I like the idea of a survival sandal. Flip-flops these are not because they are well-built. There are sturdy sandals on the market, but very few that you can run in. The Combat Flip Flops look amazing and go to a great cause. Love those things but they’re not for running. I love their quote, “bad for running, worse for fighting.” Sheer brilliance.
I know a guy who ran a Hash/Poker type race in K-mart flip-flops while drinking beer between the event tables. This is where you collect poker cards at each station, and the winner is the guy with the winning hand. After sobering up, he said he the next few days were the worst. His feet were in a lot of pain, and the skin between his toes had been rubbed off by the sandals. Guess he should have had something that didn’t move around so much on his toes.

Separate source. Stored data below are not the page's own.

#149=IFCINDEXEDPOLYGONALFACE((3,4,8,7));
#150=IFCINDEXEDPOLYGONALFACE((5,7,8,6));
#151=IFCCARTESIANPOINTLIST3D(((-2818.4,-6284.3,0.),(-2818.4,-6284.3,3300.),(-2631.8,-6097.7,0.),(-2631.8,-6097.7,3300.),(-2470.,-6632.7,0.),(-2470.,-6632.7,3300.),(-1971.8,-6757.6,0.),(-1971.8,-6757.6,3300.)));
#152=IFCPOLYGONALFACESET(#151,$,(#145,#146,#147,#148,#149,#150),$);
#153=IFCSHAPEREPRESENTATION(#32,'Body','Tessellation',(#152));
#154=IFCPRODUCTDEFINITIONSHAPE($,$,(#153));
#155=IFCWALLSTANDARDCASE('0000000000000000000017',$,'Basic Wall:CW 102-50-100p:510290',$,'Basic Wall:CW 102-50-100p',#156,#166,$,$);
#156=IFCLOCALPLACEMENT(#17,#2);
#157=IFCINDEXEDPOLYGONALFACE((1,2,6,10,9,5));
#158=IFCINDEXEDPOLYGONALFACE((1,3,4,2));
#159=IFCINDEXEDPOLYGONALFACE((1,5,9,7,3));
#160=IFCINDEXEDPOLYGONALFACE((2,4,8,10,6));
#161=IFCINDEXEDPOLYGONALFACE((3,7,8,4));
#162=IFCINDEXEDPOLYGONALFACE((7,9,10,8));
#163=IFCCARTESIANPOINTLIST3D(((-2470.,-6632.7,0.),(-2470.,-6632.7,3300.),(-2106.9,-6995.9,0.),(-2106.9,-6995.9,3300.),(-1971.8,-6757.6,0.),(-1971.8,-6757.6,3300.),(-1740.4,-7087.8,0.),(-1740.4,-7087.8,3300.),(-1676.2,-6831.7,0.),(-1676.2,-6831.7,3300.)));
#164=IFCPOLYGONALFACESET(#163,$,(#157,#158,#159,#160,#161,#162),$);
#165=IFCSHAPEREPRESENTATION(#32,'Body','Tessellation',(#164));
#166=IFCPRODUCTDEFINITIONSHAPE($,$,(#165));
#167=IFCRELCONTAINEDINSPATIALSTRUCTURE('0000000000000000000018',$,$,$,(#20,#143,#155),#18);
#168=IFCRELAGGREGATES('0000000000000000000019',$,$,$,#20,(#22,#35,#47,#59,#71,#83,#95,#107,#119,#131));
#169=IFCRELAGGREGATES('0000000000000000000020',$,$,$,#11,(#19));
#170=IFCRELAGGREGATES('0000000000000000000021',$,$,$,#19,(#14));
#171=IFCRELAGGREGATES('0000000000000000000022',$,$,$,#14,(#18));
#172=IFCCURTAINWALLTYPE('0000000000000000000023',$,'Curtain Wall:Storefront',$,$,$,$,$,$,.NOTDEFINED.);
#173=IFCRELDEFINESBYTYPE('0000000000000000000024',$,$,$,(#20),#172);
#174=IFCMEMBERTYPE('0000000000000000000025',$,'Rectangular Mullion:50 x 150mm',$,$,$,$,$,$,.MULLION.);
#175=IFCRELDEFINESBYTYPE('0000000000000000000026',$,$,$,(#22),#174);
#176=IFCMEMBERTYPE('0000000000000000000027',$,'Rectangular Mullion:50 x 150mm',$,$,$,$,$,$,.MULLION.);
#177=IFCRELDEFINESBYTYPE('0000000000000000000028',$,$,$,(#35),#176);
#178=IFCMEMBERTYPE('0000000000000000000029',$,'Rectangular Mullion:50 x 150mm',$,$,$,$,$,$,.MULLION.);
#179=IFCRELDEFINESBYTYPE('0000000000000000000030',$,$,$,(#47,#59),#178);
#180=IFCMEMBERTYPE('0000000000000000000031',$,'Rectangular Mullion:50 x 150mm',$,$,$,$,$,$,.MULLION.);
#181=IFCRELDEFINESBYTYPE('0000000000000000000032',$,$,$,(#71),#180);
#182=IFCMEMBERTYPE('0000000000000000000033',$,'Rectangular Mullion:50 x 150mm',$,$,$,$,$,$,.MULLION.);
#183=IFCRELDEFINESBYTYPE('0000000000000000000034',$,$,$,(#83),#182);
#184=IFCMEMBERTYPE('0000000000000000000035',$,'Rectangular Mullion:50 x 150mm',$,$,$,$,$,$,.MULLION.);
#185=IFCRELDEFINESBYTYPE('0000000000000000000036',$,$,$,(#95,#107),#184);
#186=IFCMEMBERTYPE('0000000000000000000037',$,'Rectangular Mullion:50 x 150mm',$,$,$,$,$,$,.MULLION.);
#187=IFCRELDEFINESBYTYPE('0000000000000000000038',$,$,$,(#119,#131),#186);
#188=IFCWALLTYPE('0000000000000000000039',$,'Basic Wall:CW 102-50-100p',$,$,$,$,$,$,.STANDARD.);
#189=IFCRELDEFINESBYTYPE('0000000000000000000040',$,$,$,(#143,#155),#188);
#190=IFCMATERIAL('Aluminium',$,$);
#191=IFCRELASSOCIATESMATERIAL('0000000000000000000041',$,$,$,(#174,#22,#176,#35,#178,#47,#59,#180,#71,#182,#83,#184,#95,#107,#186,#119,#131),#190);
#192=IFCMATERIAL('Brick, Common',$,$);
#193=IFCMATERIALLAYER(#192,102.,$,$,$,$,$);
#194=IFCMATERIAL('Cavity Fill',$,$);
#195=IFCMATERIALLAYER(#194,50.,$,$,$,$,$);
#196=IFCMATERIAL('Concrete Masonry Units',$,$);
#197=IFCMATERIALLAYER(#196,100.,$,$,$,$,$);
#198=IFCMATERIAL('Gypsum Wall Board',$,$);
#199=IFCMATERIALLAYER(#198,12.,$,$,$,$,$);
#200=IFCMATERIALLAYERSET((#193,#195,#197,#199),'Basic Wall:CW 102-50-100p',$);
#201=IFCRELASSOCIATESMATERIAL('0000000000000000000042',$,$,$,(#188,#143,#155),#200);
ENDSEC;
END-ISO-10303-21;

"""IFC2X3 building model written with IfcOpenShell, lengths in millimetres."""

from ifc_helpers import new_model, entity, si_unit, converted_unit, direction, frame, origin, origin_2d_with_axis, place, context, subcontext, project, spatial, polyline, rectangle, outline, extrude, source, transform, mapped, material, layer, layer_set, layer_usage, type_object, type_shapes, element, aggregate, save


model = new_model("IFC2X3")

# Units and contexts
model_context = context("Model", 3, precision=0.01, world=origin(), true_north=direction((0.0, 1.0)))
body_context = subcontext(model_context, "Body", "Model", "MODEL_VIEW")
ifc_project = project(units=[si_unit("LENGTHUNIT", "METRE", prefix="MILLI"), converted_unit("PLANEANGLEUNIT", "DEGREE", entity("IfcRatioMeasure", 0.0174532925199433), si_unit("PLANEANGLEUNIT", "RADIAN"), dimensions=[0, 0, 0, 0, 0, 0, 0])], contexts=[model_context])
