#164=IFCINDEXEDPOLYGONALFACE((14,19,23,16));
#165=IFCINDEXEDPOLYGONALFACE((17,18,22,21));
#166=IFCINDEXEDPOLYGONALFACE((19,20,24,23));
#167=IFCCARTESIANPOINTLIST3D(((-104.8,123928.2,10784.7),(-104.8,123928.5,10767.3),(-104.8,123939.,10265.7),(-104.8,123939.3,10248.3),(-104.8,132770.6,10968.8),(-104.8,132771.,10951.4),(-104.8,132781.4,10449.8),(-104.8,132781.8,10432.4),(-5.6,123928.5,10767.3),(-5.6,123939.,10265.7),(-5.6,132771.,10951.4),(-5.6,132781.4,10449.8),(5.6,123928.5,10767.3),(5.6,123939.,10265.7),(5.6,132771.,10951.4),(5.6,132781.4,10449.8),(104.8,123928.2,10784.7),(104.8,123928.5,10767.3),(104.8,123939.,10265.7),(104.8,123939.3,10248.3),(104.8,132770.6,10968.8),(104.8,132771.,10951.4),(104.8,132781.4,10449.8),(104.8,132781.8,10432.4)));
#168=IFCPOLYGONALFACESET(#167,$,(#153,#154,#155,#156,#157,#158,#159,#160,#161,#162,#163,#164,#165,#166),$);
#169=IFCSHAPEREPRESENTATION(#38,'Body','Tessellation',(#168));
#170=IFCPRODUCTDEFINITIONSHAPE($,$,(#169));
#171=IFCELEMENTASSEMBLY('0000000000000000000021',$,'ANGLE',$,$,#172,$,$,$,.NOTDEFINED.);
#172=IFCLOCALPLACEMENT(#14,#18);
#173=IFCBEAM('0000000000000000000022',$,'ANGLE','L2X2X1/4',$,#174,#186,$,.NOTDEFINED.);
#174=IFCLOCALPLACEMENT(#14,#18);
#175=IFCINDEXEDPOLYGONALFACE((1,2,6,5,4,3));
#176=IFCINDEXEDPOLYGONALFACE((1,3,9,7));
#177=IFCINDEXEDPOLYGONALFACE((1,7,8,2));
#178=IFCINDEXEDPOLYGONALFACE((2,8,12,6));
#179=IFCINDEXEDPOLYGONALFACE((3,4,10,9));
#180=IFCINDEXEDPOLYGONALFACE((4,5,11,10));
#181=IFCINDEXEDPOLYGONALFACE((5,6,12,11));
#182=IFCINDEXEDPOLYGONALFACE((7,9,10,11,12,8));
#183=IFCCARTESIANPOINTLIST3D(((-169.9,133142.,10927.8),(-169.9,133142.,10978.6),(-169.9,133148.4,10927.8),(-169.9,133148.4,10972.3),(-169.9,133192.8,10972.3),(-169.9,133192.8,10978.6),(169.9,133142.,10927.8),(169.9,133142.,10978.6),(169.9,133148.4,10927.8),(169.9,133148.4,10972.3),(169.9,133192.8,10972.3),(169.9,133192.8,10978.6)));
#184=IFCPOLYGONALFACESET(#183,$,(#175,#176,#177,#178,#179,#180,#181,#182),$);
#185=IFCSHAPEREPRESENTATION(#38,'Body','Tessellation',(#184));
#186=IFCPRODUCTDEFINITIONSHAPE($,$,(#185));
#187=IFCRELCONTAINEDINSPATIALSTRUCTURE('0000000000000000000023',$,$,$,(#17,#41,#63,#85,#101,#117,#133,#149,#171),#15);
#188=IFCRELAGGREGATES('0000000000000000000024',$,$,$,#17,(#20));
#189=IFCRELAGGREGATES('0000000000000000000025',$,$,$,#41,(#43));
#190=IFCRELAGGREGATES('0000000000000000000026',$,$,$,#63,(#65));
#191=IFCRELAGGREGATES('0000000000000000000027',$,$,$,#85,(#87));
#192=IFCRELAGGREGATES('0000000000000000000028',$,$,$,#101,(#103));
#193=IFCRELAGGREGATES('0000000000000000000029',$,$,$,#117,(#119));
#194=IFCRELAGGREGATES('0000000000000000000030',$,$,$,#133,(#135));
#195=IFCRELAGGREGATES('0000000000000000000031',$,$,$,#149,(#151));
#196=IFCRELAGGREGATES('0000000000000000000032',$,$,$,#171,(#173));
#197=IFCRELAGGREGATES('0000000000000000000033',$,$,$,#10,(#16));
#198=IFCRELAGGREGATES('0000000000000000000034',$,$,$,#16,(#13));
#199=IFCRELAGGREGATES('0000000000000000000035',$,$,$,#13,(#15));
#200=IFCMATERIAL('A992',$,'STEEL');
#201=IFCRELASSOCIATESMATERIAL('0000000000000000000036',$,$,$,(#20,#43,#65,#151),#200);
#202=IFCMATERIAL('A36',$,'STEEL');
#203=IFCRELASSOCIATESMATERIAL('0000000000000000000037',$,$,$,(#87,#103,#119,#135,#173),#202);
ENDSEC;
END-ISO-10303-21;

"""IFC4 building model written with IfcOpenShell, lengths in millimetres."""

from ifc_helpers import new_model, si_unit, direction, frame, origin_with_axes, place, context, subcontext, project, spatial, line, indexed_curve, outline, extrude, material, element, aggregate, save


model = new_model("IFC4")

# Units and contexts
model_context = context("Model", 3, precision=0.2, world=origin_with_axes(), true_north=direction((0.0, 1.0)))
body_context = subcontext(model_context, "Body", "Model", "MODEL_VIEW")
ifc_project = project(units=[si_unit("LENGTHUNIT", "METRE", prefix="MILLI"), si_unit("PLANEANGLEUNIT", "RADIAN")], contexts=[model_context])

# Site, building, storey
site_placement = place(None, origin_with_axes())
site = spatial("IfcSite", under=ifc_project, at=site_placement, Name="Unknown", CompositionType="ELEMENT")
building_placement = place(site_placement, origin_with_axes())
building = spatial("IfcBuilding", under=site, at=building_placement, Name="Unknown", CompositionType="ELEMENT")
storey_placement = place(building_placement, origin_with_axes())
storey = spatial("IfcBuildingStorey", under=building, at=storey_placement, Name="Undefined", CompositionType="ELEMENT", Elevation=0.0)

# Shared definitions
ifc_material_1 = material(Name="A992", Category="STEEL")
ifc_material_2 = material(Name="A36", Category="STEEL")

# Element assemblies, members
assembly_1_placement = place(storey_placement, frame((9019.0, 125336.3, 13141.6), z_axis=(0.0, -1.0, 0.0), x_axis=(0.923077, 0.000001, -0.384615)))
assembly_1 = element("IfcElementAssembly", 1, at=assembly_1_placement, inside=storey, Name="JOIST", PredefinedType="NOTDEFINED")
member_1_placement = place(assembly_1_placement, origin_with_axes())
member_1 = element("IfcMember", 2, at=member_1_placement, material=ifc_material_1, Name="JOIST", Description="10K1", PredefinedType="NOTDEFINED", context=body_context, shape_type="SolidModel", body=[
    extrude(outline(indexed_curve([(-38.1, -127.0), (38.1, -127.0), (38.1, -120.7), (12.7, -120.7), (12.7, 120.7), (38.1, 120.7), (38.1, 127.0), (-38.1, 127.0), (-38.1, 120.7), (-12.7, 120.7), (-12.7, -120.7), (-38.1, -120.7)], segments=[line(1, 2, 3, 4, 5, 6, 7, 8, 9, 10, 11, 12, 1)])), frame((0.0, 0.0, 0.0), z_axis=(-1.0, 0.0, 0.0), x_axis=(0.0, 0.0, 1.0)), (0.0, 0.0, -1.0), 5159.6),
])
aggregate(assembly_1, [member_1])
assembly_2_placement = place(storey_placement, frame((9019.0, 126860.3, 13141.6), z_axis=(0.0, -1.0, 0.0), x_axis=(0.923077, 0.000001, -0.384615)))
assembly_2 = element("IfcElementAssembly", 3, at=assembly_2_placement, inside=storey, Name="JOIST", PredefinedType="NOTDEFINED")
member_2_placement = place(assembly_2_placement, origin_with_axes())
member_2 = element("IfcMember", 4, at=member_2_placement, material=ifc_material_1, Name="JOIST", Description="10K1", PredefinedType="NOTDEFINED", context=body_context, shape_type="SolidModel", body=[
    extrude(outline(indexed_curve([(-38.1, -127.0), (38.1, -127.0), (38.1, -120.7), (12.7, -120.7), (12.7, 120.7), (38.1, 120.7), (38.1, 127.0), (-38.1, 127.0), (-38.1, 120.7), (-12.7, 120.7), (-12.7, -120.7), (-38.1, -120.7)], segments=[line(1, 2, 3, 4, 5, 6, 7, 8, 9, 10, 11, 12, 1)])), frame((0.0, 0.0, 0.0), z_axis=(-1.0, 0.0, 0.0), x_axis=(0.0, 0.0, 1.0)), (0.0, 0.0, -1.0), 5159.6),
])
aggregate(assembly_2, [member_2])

Just yesterday, I saw a guy at the grocery store and he was wearing a pair. He too was training for an Ultra. I asked him if he liked them. He couldn’t stop talking about them in a good way. I raised by eyebrows. Okay, that’s two people… Maybe they’re on to something here. I asked him why and he said being able to run naturally allows him to run without focusing on the road. He loves the strengthening he gets from the low profile running.
Vibram took the concept and literally ran with it by creating their Five Fingers line of shoes. Too weird for me but don’t let my fashion sense stop you from looking like a wierdo.
The Luna sandal foot-beds can be custom fitted to your foot type. I like that. But as something that I would wear daily? Perhaps. I am going to be more open-minded about it. I definitely see rotating between boots, shoes and sandals and using them for some outdoor events. I’ll never say no to an interesting idea. I’ll have to mull it over in my head a bit more. See how Don fares in his ultra and see if he’s convinced too. Until then, maybe you give them a try. Doesn’t sound too bad.
I received this product as a courtesy from the manufacturer via Spotter Up so I could test it and give my honest feedback. I am not bound by any written, verbal, or implied contract to give this product a good review. All opinions are my own and are based off my personal experience with the product.